═══ PROVIDED MATERIAL

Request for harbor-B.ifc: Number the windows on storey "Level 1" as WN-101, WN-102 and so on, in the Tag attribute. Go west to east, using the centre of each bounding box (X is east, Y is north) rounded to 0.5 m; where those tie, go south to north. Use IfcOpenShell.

First a look at what the model holds.

```python
import ifcopenshell
import ifcopenshell.util.element
import ifcopenshell.util.placement

model = ifcopenshell.open("harbor-B.ifc")
print(model.schema)
storey = next(s for s in model.by_type("IfcBuildingStorey") if s.Name == "Level 1")
windows = [e for e in ifcopenshell.util.element.get_decomposition(storey) if e.is_a("IfcWindow")]
for e in sorted(windows, key=lambda e: e.id()):
    origin = ifcopenshell.util.placement.get_local_placement(e.ObjectPlacement)[:3, 3]
    print(e.id(), e.Tag, e.Name, origin.round(2) + 0.0, sep=" | ")
```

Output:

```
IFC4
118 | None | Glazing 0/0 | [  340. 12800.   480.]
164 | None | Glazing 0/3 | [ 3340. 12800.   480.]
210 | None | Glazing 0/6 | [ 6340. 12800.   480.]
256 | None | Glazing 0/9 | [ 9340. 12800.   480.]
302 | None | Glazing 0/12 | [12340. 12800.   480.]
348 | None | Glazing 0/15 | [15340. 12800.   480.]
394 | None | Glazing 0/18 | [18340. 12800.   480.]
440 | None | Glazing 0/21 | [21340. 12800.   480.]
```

```python
import ifcopenshell
import ifcopenshell.geom
import ifcopenshell.util.element
import ifcopenshell.util.shape

model = ifcopenshell.open("harbor-B.ifc")
settings = ifcopenshell.geom.settings()
settings.set("use-world-coords", True)


def centre(element):
    shape = ifcopenshell.geom.create_shape(settings, element)
    return ifcopenshell.util.shape.get_bbox_centroid(shape.geometry)


storey = next(s for s in model.by_type("IfcBuildingStorey") if s.Name == "Level 1")
windows = [e for e in ifcopenshell.util.element.get_decomposition(storey) if e.is_a("IfcWindow")]

# Insertion points can sit at a corner or the storey origin, so sort by the geometry (in metres).
centres = {e: centre(e) for e in windows}
windows.sort(key=lambda e: (round(centres[e][0] / 0.5), centres[e][1]))

for i, e in enumerate(windows, start=1):
    number = f"WN-1{i:02d}"
    e.Tag = number
    print(e.id(), number)

model.write("harbor-B_edited.ifc")
```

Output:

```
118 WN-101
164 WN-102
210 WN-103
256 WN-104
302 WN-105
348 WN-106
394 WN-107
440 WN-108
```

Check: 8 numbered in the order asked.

══════

# WORK ITEM:
Across the material above, how many lines include the word "None"? Respond with nothing but the number.

# WRITTEN RESPONSE:
8